WORK INSTRUCTION: Among the entries that follow, find every line with the word "IFCOPENINGELEMENT" and list it.

START DATA IN THIS EXERCISE

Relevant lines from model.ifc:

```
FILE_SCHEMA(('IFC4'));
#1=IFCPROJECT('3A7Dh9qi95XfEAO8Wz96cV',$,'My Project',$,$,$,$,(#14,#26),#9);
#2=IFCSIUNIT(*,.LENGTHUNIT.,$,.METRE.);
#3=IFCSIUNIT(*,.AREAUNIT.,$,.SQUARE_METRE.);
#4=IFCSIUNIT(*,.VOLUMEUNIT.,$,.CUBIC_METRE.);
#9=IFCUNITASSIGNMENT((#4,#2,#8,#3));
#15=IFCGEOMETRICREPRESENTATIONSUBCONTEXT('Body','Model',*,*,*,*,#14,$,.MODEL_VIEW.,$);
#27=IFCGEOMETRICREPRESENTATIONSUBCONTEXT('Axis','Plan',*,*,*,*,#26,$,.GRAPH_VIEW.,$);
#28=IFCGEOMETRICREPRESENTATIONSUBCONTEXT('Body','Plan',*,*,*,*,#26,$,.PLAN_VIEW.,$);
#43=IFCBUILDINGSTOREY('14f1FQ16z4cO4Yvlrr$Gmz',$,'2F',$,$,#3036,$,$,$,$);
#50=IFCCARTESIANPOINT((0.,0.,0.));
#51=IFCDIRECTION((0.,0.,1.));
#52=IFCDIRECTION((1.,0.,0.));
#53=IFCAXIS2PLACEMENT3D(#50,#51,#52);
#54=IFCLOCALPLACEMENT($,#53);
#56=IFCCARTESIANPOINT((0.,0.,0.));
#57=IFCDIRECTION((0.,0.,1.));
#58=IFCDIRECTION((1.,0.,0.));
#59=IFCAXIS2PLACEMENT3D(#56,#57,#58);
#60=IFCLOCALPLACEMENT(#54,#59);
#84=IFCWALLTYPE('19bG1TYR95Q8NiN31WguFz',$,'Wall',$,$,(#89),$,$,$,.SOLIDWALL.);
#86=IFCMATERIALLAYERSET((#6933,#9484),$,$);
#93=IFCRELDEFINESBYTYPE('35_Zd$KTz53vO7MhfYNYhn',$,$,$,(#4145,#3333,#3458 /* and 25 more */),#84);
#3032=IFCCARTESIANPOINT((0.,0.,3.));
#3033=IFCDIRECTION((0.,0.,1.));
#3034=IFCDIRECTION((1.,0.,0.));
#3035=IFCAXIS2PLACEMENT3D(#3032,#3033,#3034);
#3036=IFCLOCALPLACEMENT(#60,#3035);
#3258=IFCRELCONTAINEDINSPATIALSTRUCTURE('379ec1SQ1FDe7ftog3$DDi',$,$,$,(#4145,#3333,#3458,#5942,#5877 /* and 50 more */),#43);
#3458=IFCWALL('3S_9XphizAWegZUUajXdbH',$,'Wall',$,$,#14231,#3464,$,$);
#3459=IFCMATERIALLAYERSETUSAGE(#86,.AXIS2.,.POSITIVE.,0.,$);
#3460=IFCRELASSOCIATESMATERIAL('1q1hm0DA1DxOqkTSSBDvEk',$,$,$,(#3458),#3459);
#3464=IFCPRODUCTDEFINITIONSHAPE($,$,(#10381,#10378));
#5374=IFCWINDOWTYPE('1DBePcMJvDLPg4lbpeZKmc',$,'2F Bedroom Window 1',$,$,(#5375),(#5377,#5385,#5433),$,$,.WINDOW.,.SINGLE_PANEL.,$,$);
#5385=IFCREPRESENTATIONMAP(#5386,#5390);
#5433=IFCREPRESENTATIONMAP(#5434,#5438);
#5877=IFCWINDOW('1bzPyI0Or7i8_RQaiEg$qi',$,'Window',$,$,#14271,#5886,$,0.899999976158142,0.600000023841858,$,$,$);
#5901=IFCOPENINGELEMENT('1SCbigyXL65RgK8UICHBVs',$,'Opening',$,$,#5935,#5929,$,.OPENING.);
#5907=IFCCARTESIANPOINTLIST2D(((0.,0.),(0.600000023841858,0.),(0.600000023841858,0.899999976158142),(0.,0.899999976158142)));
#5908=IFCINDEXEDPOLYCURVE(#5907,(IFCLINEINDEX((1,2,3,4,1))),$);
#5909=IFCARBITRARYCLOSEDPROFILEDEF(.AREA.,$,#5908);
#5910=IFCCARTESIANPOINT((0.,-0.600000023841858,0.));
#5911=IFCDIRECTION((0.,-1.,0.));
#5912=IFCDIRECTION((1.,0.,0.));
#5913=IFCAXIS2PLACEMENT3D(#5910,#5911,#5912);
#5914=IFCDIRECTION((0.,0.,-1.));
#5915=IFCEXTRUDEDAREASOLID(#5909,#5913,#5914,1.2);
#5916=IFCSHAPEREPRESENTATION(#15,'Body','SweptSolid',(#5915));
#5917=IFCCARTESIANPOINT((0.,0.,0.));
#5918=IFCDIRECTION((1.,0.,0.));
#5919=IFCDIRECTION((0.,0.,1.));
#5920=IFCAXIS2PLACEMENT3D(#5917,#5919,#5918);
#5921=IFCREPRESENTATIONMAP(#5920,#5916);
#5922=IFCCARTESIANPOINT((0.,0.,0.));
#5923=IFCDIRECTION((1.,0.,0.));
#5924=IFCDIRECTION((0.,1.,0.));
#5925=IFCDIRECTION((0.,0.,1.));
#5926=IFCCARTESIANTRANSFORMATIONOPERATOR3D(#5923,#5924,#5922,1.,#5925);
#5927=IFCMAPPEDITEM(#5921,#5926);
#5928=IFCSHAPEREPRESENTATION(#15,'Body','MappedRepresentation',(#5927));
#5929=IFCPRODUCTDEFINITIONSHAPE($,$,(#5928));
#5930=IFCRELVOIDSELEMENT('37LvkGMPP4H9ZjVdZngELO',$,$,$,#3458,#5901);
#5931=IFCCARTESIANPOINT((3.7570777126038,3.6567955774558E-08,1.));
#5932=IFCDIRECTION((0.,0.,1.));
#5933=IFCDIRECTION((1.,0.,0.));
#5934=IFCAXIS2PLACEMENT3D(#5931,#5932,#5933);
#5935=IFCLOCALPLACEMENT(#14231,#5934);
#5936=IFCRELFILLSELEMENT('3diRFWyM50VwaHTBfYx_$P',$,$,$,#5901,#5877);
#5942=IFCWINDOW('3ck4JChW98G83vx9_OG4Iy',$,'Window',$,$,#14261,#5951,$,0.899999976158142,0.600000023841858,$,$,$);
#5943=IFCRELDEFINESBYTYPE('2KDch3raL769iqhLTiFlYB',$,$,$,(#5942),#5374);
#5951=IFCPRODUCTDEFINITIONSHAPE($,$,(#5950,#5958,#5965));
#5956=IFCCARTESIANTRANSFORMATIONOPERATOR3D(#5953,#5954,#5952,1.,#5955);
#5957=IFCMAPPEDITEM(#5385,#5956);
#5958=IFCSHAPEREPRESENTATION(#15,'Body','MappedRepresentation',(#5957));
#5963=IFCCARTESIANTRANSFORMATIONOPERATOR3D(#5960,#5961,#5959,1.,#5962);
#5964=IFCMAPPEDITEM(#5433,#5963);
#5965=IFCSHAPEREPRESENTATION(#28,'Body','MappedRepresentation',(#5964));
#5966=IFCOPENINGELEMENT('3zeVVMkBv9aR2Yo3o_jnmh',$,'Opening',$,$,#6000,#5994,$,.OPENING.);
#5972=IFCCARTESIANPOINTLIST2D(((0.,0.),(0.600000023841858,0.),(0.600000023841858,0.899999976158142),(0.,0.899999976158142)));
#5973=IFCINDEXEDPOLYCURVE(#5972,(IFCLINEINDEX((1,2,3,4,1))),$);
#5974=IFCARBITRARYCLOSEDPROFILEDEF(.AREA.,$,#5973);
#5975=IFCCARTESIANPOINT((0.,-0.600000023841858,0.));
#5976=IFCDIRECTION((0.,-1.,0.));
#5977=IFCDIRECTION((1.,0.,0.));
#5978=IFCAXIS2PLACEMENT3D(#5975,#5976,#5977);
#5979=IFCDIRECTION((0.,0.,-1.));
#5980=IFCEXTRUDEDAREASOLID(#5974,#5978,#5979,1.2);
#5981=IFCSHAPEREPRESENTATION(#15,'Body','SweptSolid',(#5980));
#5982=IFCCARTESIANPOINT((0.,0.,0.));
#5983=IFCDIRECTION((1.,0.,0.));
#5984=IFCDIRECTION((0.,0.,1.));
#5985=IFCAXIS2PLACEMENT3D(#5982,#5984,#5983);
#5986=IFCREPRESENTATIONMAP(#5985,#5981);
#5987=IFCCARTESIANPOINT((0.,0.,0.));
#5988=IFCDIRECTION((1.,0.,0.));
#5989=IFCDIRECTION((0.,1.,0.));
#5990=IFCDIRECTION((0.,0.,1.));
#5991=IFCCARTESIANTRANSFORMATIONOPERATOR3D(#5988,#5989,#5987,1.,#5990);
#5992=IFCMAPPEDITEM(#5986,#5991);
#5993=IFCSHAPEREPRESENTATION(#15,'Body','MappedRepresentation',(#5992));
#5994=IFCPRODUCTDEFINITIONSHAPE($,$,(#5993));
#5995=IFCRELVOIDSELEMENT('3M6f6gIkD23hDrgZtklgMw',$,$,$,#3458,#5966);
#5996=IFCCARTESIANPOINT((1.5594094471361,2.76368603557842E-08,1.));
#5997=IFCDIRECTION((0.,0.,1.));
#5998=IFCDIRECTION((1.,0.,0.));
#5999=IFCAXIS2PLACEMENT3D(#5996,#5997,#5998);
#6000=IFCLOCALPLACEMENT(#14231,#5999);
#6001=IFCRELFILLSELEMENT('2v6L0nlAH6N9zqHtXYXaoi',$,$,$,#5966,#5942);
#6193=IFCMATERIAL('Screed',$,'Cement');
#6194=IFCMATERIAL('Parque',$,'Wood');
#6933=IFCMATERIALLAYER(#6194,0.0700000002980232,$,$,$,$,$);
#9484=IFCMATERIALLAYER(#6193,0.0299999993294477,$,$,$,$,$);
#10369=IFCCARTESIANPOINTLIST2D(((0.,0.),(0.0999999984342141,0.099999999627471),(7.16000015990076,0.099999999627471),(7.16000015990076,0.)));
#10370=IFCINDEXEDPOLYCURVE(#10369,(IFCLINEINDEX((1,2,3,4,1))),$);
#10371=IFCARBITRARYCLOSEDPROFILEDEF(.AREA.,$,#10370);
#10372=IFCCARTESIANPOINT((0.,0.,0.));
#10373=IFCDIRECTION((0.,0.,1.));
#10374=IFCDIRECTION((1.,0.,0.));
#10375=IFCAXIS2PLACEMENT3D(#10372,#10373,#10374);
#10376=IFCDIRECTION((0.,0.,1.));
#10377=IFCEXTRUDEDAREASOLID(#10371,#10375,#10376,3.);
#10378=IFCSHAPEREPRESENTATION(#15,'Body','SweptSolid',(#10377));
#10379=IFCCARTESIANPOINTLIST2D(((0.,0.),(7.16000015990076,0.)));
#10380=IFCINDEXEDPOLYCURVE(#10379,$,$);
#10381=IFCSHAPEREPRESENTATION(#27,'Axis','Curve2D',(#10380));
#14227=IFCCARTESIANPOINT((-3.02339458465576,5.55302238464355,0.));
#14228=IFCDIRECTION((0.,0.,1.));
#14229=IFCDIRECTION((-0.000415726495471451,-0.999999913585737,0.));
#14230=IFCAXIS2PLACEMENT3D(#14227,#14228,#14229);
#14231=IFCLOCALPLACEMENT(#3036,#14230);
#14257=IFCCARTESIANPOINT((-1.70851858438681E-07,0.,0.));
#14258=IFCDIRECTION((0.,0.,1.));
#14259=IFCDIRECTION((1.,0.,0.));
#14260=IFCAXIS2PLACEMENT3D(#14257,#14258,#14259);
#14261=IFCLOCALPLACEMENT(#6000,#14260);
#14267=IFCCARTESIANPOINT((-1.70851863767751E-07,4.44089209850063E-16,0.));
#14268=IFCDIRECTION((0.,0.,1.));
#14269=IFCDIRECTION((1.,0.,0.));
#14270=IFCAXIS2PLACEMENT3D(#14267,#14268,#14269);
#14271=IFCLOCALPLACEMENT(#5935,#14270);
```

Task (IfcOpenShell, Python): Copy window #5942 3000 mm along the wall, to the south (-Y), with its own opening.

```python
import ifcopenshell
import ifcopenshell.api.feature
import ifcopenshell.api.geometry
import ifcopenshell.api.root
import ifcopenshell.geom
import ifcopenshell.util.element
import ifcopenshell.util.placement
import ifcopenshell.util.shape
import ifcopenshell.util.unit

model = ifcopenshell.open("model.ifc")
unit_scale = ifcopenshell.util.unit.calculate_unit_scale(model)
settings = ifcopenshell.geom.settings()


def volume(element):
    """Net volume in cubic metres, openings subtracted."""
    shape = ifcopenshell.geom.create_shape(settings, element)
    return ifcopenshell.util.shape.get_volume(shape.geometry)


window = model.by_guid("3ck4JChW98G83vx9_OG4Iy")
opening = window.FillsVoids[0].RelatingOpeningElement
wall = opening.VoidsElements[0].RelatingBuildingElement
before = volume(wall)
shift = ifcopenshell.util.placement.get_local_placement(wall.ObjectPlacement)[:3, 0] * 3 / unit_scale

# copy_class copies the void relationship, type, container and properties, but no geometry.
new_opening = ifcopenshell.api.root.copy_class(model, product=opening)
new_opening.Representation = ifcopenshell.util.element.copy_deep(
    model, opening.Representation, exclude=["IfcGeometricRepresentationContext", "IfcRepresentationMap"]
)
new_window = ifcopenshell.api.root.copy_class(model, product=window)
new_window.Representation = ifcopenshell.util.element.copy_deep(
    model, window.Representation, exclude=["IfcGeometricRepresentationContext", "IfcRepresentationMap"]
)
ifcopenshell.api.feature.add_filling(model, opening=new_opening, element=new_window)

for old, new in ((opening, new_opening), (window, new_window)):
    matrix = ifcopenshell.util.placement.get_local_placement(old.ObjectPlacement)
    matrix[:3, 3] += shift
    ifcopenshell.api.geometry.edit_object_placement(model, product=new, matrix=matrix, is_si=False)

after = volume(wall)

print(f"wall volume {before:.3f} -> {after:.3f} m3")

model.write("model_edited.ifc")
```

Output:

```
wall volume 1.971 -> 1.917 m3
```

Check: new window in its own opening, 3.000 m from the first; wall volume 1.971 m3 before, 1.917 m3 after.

END DATA IN THIS EXERCISE

ANSWER TO THIS PROBLEM:
#5901=IFCOPENINGELEMENT('1SCbigyXL65RgK8UICHBVs',$,'Opening',$,$,#5935,#5929,$,.OPENING.);
#5966=IFCOPENINGELEMENT('3zeVVMkBv9aR2Yo3o_jnmh',$,'Opening',$,$,#6000,#5994,$,.OPENING.);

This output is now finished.